Almost half of all "job gains" in the past year are from an excel spreadsheet which assumes 1.84 million new jobs were created from new business creation (i.e. Birth/Death adjustment)https://t.co/C8xQNvZKYF pic.twitter.com/SyJBtBkQBd
— zerohedge (@zerohedge) May 5, 2023
... and again...
Lowering inflation also likely to require softer labor markets.
— zerohedge (@zerohedge) August 25, 2023
Translation: stop it with the ridiculous seasonal birth-death adjustments.
... and again...
holy shit: birth/death model added 412K excel spreadsheet "jobs", the second highest on record.
— zerohedge (@zerohedge) November 3, 2023
US economy sliding into recession and BLS assuming the 2nd fastest pace of new business creation in history! pic.twitter.com/KbTgO0qnqJ
[there are more "and again"'s and other tweets but I got bored]
... and so on.
We even correctly predicted - one day ahead of time - that massive, 818,000 negative jobs revision August 21, 2024 which served as the basis for the Fed's jumbo rate cut and start of the easing cycle despite sticky 3% inflation...
For those confused why the Birth-Death adjustment, once a solid statistical adjustment, became the laughing stock of the jobs report, we gave the answer in Sept 2024, when we said that "fraudulent small business creation over the past 4 years (to illegally benefit from PPP loans) is why the US labor market is such a mess (near record downward job revisions) with the Birth/Death indicator the most inaccurate it has ever been."
The good news is that after years of complaints, the BLS has finally decided to fix the underlying problem... but there will be lots of collateral damage.
Tomorrow, the BLS will release the delayed January jobs report (it was supposed to come last Friday but we had a one-day government shutdown so clearly overpaid government workers couldn't possibly figure out how to make it work).
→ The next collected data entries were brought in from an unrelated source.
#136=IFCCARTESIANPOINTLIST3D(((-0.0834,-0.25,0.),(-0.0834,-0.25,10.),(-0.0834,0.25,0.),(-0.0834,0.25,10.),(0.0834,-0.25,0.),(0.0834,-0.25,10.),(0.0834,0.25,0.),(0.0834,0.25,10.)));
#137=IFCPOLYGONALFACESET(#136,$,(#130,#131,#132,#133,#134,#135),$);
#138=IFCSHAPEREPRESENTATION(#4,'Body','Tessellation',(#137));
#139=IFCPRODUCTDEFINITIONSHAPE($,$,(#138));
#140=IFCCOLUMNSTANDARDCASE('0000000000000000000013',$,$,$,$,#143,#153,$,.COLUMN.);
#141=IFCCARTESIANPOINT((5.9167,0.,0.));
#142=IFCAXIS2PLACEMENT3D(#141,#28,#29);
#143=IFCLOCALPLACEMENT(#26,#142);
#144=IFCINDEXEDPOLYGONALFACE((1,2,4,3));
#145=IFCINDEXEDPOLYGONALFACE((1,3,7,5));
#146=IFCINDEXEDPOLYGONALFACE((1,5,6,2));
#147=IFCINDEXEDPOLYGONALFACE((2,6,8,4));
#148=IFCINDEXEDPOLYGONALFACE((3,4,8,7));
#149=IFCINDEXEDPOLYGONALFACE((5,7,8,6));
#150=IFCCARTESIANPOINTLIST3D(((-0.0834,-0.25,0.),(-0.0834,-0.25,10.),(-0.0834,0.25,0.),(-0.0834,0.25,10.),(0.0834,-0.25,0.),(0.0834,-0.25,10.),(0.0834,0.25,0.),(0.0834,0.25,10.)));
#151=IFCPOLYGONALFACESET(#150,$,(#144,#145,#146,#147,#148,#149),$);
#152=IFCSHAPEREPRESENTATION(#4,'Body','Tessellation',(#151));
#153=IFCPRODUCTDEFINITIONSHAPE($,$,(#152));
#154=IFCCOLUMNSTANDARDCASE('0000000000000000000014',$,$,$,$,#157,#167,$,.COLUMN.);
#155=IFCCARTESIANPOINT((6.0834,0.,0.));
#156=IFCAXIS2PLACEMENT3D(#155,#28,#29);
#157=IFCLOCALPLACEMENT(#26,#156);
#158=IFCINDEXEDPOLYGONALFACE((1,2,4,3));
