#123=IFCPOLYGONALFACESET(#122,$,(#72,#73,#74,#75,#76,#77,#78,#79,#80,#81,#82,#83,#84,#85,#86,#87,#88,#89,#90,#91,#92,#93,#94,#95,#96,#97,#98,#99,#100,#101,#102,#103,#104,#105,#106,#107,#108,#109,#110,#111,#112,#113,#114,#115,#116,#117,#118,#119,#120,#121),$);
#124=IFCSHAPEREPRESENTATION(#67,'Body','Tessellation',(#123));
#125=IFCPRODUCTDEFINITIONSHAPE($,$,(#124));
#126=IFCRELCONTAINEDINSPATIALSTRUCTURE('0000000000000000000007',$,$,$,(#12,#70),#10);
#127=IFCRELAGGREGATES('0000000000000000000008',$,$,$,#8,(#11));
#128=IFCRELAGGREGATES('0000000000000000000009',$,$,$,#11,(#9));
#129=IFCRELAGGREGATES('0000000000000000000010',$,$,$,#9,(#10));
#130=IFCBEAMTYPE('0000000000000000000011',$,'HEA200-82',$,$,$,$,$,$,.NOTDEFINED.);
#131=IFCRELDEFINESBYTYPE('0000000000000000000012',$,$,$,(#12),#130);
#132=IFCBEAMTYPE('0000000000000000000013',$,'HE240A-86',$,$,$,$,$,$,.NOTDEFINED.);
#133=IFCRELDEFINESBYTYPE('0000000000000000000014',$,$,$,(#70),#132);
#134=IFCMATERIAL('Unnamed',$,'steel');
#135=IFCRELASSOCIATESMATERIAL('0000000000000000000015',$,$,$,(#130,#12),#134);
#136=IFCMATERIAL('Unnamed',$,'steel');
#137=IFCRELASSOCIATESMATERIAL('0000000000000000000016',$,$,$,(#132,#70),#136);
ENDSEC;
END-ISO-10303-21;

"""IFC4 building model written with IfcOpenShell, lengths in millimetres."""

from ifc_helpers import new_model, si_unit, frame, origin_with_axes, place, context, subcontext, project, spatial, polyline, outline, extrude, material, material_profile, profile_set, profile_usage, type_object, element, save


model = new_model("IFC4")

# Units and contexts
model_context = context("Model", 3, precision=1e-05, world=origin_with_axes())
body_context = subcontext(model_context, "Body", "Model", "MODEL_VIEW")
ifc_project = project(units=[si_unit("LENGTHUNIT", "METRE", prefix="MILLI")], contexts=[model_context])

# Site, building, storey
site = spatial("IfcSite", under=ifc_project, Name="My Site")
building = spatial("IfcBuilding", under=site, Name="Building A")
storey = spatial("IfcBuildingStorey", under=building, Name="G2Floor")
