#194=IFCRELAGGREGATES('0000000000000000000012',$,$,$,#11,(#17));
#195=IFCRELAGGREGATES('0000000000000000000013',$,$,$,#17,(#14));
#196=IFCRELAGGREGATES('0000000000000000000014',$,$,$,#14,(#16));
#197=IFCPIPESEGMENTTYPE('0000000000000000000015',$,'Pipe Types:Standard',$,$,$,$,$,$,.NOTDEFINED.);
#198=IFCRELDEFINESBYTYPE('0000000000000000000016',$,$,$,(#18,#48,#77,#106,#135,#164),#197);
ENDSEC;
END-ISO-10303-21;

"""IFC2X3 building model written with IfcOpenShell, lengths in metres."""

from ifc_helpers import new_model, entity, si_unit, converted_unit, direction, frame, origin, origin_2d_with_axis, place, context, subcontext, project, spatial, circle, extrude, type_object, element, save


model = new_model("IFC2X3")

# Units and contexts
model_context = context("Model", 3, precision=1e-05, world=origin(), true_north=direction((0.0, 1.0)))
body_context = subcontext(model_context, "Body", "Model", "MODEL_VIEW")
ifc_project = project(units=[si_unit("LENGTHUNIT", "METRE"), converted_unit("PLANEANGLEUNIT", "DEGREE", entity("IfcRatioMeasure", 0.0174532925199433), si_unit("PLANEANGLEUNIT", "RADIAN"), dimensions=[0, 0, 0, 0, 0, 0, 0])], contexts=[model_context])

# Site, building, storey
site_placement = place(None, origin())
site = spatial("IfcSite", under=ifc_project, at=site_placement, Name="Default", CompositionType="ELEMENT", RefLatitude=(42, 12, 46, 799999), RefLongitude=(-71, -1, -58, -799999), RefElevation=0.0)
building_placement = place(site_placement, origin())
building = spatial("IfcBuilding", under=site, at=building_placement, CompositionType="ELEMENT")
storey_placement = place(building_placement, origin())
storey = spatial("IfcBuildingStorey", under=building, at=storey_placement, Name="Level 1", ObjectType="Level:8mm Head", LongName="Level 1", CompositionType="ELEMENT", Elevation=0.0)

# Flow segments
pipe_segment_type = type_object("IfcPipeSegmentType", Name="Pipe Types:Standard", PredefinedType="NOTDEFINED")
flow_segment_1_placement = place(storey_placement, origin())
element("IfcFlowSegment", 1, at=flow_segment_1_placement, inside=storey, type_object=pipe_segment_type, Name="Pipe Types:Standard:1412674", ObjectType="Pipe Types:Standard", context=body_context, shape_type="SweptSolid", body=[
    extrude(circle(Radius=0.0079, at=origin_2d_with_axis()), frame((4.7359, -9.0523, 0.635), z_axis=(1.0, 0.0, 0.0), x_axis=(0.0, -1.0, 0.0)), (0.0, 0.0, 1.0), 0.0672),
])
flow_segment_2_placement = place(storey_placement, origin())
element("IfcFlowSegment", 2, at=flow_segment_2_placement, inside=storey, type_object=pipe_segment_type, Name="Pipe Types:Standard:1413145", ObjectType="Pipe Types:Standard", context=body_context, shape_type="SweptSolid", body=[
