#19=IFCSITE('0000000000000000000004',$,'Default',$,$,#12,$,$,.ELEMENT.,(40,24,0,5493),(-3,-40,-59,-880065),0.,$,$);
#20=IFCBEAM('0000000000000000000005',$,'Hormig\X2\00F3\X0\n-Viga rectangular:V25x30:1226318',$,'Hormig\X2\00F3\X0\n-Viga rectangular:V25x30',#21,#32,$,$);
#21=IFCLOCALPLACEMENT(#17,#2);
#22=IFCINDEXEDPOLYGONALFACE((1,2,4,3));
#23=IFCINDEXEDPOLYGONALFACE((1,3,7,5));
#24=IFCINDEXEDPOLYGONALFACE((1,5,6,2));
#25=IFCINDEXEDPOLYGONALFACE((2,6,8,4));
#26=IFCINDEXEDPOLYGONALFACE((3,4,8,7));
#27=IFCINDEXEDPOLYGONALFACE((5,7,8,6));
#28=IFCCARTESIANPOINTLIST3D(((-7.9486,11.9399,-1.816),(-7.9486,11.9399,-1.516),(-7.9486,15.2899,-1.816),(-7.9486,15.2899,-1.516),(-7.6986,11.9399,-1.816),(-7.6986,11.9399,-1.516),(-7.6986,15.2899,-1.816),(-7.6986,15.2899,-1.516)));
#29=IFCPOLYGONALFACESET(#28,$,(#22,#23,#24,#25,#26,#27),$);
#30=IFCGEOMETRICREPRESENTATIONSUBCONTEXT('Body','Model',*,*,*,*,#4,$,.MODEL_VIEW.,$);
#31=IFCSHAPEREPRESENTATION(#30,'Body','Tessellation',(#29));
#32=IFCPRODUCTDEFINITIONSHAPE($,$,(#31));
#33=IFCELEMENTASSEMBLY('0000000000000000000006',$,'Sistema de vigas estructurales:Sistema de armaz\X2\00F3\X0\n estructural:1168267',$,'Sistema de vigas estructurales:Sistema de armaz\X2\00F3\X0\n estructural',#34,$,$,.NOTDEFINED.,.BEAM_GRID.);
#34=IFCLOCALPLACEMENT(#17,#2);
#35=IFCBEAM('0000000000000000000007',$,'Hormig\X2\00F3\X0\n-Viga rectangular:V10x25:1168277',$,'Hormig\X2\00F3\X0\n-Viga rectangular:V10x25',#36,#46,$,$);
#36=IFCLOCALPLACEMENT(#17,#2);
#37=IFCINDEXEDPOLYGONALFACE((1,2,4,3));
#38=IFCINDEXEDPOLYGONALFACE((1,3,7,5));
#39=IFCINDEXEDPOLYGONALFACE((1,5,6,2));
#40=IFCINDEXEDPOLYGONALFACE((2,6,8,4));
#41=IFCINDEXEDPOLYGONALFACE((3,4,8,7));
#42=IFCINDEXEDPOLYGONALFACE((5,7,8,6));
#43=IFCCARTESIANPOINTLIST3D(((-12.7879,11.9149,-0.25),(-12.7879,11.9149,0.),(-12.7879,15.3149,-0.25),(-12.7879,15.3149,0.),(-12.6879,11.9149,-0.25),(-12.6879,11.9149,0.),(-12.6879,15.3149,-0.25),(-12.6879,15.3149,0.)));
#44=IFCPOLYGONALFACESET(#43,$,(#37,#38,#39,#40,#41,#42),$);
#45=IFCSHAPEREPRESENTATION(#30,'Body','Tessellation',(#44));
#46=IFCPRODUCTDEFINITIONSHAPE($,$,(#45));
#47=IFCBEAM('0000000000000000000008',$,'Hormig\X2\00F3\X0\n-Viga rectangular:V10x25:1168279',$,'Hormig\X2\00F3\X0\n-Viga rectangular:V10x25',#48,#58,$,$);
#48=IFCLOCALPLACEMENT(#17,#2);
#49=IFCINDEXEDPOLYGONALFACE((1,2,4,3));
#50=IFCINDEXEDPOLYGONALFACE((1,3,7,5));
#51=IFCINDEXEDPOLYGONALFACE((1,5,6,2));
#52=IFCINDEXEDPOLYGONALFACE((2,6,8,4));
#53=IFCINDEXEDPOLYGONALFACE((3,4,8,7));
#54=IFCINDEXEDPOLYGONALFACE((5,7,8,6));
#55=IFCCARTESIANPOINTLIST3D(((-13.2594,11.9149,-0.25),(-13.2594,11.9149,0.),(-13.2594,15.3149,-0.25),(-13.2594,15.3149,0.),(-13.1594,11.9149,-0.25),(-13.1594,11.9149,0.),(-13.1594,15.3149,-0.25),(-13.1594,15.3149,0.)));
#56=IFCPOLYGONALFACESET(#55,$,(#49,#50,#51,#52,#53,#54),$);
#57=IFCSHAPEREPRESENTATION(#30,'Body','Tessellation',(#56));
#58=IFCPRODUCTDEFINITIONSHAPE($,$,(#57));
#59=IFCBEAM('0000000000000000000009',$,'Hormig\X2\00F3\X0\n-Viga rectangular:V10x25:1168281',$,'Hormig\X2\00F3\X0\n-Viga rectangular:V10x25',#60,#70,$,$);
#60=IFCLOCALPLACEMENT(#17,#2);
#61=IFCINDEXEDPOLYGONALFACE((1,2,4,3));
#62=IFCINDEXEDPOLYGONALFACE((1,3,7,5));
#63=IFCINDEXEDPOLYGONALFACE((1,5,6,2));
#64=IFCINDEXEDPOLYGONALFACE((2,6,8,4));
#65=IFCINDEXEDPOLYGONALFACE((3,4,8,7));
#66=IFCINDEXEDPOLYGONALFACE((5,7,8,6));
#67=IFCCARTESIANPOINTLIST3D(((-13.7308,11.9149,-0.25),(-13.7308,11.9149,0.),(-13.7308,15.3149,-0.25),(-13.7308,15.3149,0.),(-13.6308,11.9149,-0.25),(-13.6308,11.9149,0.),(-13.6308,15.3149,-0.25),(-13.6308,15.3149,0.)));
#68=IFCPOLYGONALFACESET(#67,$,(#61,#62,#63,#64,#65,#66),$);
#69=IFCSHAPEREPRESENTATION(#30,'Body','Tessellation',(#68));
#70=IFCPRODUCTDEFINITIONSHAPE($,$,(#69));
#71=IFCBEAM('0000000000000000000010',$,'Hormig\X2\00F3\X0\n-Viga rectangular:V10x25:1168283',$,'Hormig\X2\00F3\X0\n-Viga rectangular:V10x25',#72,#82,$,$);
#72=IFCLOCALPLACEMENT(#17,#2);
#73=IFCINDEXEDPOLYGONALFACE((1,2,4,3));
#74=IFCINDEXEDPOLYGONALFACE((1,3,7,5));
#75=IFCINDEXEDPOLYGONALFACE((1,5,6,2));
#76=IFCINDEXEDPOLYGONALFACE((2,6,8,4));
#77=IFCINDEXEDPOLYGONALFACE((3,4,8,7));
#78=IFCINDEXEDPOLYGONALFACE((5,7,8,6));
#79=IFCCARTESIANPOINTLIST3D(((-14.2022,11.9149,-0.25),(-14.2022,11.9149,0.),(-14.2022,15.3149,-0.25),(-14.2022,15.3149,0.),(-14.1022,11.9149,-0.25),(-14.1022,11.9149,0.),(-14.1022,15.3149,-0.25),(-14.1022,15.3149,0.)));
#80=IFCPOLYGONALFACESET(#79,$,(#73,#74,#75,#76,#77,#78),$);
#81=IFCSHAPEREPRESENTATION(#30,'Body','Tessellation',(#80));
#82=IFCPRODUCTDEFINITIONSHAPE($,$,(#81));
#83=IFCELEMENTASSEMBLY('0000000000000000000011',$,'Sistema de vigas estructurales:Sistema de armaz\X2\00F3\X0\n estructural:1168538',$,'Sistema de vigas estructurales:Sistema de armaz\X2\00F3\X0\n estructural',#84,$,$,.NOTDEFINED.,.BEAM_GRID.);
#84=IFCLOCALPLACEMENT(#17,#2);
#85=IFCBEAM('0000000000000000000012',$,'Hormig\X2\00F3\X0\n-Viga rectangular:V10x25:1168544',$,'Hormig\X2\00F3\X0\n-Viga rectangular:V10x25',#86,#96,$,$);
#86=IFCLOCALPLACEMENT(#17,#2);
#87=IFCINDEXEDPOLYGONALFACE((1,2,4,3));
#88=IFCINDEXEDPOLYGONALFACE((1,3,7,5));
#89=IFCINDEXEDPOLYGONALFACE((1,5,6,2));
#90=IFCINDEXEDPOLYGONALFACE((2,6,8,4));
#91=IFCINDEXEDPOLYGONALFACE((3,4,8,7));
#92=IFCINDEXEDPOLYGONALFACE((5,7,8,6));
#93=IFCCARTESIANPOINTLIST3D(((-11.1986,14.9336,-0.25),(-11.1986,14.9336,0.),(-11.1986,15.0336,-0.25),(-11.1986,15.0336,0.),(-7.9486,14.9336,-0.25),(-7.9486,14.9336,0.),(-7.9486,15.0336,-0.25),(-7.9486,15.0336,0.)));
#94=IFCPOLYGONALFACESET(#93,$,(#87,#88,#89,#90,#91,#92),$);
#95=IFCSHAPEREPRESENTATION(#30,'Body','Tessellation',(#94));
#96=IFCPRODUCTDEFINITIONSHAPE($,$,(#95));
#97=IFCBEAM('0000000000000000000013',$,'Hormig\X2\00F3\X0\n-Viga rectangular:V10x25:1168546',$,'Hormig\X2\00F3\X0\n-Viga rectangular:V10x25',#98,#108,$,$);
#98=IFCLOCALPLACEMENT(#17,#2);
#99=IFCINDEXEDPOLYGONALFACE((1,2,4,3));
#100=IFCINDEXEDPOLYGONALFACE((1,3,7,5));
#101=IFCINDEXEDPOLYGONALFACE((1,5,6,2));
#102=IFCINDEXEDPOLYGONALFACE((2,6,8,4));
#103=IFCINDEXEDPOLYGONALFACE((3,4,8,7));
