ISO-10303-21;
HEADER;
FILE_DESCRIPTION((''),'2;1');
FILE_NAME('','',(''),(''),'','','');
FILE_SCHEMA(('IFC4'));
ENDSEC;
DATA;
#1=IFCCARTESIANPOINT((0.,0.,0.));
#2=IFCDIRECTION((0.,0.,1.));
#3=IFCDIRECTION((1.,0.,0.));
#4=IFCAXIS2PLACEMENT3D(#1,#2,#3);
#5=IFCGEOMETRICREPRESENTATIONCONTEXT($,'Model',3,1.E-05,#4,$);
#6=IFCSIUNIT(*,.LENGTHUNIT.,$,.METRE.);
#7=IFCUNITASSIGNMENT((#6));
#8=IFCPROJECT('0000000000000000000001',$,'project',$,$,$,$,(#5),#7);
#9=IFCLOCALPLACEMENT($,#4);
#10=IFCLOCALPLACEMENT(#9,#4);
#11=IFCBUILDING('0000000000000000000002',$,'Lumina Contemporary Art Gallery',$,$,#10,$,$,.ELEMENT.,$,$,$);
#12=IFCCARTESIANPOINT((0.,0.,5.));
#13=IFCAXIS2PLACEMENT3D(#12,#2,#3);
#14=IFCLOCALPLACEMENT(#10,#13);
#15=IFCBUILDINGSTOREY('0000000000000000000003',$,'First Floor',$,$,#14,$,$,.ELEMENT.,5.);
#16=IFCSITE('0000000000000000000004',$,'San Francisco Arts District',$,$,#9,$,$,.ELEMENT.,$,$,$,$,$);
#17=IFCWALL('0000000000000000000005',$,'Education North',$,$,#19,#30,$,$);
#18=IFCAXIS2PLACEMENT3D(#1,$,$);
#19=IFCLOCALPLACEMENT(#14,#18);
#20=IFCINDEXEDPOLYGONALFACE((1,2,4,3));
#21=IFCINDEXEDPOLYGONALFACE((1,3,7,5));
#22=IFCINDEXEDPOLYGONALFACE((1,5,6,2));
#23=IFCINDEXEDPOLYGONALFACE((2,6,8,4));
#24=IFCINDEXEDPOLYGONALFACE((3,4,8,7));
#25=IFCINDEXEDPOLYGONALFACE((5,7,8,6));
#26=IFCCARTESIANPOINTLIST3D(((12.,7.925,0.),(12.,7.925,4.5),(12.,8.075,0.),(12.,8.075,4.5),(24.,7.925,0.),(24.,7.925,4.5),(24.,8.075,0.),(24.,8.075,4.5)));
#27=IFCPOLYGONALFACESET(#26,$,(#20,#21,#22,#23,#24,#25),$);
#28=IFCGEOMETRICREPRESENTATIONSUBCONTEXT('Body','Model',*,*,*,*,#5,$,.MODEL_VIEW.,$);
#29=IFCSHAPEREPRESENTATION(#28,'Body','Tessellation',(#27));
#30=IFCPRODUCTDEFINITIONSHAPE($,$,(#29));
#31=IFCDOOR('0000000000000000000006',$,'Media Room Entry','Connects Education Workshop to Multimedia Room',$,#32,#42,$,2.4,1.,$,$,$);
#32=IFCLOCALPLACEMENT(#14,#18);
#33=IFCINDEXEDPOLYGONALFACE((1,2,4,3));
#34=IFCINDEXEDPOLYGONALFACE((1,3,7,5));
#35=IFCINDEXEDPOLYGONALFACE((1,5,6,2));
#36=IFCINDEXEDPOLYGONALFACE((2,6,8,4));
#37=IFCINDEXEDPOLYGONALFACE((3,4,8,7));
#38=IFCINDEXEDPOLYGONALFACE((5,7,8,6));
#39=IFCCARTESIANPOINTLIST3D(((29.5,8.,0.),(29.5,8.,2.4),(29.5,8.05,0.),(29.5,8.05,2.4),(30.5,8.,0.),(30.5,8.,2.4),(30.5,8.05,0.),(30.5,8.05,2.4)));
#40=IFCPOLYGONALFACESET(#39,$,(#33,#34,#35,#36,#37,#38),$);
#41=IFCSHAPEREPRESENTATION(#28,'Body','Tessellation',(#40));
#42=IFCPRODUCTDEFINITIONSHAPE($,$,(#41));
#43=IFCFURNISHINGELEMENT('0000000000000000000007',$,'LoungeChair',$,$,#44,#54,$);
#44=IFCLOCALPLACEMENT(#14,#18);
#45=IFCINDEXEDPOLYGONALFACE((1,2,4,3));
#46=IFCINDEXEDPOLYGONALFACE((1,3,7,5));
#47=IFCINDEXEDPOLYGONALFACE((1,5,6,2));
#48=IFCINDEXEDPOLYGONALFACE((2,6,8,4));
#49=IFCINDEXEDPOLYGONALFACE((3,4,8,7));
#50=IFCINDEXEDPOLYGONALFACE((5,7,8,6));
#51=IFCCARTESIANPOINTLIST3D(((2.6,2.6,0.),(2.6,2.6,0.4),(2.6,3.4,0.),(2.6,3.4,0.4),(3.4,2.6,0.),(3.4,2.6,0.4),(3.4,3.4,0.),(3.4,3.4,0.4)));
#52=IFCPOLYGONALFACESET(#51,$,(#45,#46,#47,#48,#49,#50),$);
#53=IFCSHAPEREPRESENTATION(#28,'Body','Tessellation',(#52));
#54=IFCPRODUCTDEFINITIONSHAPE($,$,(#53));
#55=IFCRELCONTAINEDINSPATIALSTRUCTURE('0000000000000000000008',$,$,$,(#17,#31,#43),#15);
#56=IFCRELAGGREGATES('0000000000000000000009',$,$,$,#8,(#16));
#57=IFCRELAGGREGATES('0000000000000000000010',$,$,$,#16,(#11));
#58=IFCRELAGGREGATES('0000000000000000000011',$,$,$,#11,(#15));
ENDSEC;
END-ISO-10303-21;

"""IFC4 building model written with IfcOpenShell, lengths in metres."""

from ifc_helpers import new_model, si_unit, frame, origin_with_axes, place, context, subcontext, project, spatial, polyline, outline, extrude, element, fill, save


model = new_model("IFC4")

# Units and contexts
model_context = context("Model", 3, precision=1e-05, world=origin_with_axes())
body_context = subcontext(model_context, "Body", "Model", "MODEL_VIEW")
ifc_project = project(units=[si_unit("LENGTHUNIT", "METRE")], contexts=[model_context])

# Site, building, storey
site_placement = place(None, origin_with_axes())
site = spatial("IfcSite", under=ifc_project, at=site_placement, Name="San Francisco Arts District", CompositionType="ELEMENT")
building_placement = place(site_placement, origin_with_axes())
building = spatial("IfcBuilding", under=site, at=building_placement, Name="Lumina Contemporary Art Gallery", CompositionType="ELEMENT")
storey_placement = place(building_placement, frame((0.0, 0.0, 5.0), z_axis=(0.0, 0.0, 1.0), x_axis=(1.0, 0.0, 0.0)))
storey = spatial("IfcBuildingStorey", under=building, at=storey_placement, Name="First Floor", CompositionType="ELEMENT", Elevation=5.0)

# Wall, opening, door
wall_1_placement = place(storey_placement, origin_with_axes())
wall_1 = element("IfcWall", 1, at=wall_1_placement, inside=storey, Name="Education North", context=body_context, shape_type="SweptSolid", body=[
    extrude(outline(polyline([(12.0, 7.925, 0.0), (24.0, 7.925, 0.0), (24.0, 8.075, 0.0), (12.0, 8.075, 0.0), (12.0, 7.925, 0.0)])), None, (0.0, 0.0, 1.0), 4.5),
])
opening_1_placement = place(storey_placement, origin_with_axes())
opening_1 = element("IfcOpeningElement", 2, at=opening_1_placement, inside=storey, cuts=wall_1, context=body_context, shape_type="SweptSolid", body=[
    extrude(outline(polyline([(29.5, 7.85, 0.0), (30.5, 7.85, 0.0), (30.5, 8.15, 0.0), (29.5, 8.15, 0.0), (29.5, 7.85, 0.0)])), None, (0.0, 0.0, 1.0), 2.4),
])
door_1_placement = place(storey_placement, origin_with_axes())
door_1 = element("IfcDoor", 3, at=door_1_placement, inside=storey, Name="Media Room Entry", Description="Connects Education Workshop to Multimedia Room", OverallHeight=2.4, OverallWidth=1.0, context=body_context, shape_type="SweptSolid", body=[
    extrude(outline(polyline([(29.5, 8.0, 0.0), (30.5, 8.0, 0.0), (30.5, 8.05, 0.0), (29.5, 8.05, 0.0), (29.5, 8.0, 0.0)])), None, (0.0, 0.0, 1.0), 2.4),
])
fill(opening_1, door_1)

# Furnishing element
furnishing_placement = place(storey_placement, origin_with_axes())
element("IfcFurnishingElement", 4, at=furnishing_placement, inside=storey, Name="LoungeChair", context=body_context, shape_type="SweptSolid", body=[
    extrude(outline(polyline([(2.6, 3.4, 0.0), (2.6, 2.6, 0.0), (3.4, 2.6, 0.0), (3.4, 3.4, 0.0), (2.6, 3.4, 0.0)])), None, (0.0, 0.0, 1.0), 0.4),
])

save(model, "model.ifc")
And while the report itself will be disappointing (consensus expected another mediocre print of 65K, our full preview will come out shortly), this month’s report will be accompanied by the annual benchmark revision to the establishment survey and - much more importantly - a methodological update to the birth-death model.
Now, as a reminder, the BLS's preliminary estimate of the benchmark payrolls revision indicated that cumulative payroll growth between April 2024 and March 2025 would be revised 911k lower, though as in previously occasions, the final downward revision will likely be smaller, and the result will be that tomorrow we will learn that in the period April 2024 - March 2025 the US actually created 750-900k fewer jobs.
But wait, there's more: the BLS will also update the net birth-death forecasts in the post-benchmark period (April 2025-December 2025) to incorporate information from the QCEW and the monthly payrolls survey, where a downward revision also appears likely and will likely subtract another 500-700k jobs, which never existed in the first place.
In total we expect that as much as 1 million jobs will be revised from the December 2025 nonfarm payrolls. Poof. Because, as we said in November 2023, these "jobs" were only 1s and 0s in some BLS excel spreadsheet.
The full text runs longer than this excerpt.